━━ DATA FOR ANALYSIS

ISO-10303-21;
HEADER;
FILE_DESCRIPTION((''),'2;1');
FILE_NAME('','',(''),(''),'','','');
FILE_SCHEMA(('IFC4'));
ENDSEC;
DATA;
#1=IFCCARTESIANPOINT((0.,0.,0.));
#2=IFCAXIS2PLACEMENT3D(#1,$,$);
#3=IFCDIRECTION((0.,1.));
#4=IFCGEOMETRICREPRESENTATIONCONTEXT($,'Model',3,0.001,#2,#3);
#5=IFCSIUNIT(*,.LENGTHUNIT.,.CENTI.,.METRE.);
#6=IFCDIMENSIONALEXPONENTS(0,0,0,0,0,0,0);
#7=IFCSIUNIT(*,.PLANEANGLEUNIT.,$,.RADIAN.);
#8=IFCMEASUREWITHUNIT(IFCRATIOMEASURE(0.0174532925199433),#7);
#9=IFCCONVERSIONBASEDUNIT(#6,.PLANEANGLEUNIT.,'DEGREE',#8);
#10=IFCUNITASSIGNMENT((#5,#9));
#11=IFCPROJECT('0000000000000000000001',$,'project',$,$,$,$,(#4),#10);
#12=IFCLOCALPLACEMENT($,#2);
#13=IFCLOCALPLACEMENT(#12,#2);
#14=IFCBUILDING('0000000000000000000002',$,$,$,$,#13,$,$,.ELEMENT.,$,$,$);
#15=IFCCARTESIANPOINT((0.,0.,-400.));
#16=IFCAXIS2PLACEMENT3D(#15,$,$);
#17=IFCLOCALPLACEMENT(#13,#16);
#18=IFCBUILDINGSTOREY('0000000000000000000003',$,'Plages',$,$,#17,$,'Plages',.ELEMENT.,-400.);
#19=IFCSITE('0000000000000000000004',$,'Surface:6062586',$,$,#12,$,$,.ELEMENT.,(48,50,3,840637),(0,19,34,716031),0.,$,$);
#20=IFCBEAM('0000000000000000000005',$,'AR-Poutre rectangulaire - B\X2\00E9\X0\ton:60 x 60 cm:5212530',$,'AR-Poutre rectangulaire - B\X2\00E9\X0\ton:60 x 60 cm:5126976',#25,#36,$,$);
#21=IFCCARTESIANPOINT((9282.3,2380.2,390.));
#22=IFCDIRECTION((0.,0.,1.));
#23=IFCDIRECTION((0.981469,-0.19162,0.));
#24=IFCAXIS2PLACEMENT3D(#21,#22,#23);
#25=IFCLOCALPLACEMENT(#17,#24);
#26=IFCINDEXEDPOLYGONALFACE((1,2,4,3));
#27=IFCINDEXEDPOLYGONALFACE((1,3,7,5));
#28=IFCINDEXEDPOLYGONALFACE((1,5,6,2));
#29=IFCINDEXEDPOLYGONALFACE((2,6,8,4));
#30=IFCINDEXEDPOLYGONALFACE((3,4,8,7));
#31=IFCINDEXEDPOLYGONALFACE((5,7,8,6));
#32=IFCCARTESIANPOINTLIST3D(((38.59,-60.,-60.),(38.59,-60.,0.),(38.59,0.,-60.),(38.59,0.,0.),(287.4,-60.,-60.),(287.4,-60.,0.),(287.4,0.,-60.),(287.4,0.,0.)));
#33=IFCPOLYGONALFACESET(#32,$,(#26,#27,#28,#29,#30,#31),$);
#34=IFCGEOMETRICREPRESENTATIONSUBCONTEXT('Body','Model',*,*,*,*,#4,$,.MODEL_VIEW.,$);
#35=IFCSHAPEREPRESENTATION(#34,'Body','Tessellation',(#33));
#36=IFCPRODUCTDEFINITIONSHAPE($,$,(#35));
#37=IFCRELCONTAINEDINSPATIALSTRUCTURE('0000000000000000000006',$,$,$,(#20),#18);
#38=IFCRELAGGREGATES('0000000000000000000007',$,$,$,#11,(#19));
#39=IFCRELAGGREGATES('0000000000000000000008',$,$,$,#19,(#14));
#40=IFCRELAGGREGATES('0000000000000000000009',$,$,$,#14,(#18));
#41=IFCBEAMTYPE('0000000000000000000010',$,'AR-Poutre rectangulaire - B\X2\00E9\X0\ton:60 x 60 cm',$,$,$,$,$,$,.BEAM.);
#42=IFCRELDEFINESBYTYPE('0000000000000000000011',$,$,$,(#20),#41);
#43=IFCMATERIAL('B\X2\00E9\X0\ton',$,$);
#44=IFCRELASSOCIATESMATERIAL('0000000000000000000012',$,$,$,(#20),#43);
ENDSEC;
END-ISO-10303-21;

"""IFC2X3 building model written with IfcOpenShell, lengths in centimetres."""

from ifc_helpers import new_model, entity, si_unit, converted_unit, direction, frame, frame_2d, origin, place, context, subcontext, project, spatial, rectangle, extrude, material, type_object, element, save


model = new_model("IFC2X3")

# Units and contexts
model_context = context("Model", 3, precision=0.001, world=origin(), true_north=direction((0.0, 1.0)))
body_context = subcontext(model_context, "Body", "Model", "MODEL_VIEW")
ifc_project = project(units=[si_unit("LENGTHUNIT", "METRE", prefix="CENTI"), converted_unit("PLANEANGLEUNIT", "DEGREE", entity("IfcRatioMeasure", 0.0174532925199433), si_unit("PLANEANGLEUNIT", "RADIAN"), dimensions=[0, 0, 0, 0, 0, 0, 0])], contexts=[model_context])

# Site, building, storey
site_placement = place(None, origin())
site = spatial("IfcSite", under=ifc_project, at=site_placement, Name="Surface:6062586", CompositionType="ELEMENT", RefLatitude=(48, 50, 3, 840637), RefLongitude=(0, 19, 34, 716031), RefElevation=0.0)
building_placement = place(site_placement, origin())
building = spatial("IfcBuilding", under=site, at=building_placement, CompositionType="ELEMENT")
storey_placement = place(building_placement, frame((0.0, 0.0, -400.0)))
storey = spatial("IfcBuildingStorey", under=building, at=storey_placement, Name="Plages", LongName="Plages", CompositionType="ELEMENT", Elevation=-400.0)

# Beam
ifc_material_1 = material(Name="Béton")
beam_type_1 = type_object("IfcBeamType", Name="AR-Poutre rectangulaire - Béton:60 x 60 cm", PredefinedType="BEAM")
beam_1_placement = place(storey_placement, frame((9282.3, 2380.2, 390.0), z_axis=(0.0, 0.0, 1.0), x_axis=(0.981469, -0.19162, 0.0)))
element("IfcBeam", 1, at=beam_1_placement, inside=storey, type_object=beam_type_1, material=ifc_material_1, Name="AR-Poutre rectangulaire - Béton:60 x 60 cm:5212530", ObjectType="AR-Poutre rectangulaire - Béton:60 x 60 cm:5126976", context=body_context, shape_type="SweptSolid", body=[
    extrude(rectangle(XDim=60.0, YDim=60.0, at=frame_2d((0.0, 0.0), x_axis=(1.0, 0.0))), frame((38.59, -30.0, -30.0), z_axis=(1.0, 0.0, 0.0), x_axis=(0.0, 0.0, -1.0)), (0.0, 0.0, 1.0), 248.81),
])

save(model, "model.ifc")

━━━━

» WHAT IS REQUIRED: From the entries above, write out only the lines starting at the line that holds "#5=IFCSIUNIT(*,.LENGTHUNIT.,.CENTI.,.METRE.);" and ending at the line that holds "#13=IFCLOCALPLACEMENT(#12,#2);", keeping both and matching them exactly.

» ANSWER SECTION:
#5=IFCSIUNIT(*,.LENGTHUNIT.,.CENTI.,.METRE.);
#6=IFCDIMENSIONALEXPONENTS(0,0,0,0,0,0,0);
#7=IFCSIUNIT(*,.PLANEANGLEUNIT.,$,.RADIAN.);
#8=IFCMEASUREWITHUNIT(IFCRATIOMEASURE(0.0174532925199433),#7);
#9=IFCCONVERSIONBASEDUNIT(#6,.PLANEANGLEUNIT.,'DEGREE',#8);
#10=IFCUNITASSIGNMENT((#5,#9));
#11=IFCPROJECT('0000000000000000000001',$,'project',$,$,$,$,(#4),#10);
#12=IFCLOCALPLACEMENT($,#2);
#13=IFCLOCALPLACEMENT(#12,#2);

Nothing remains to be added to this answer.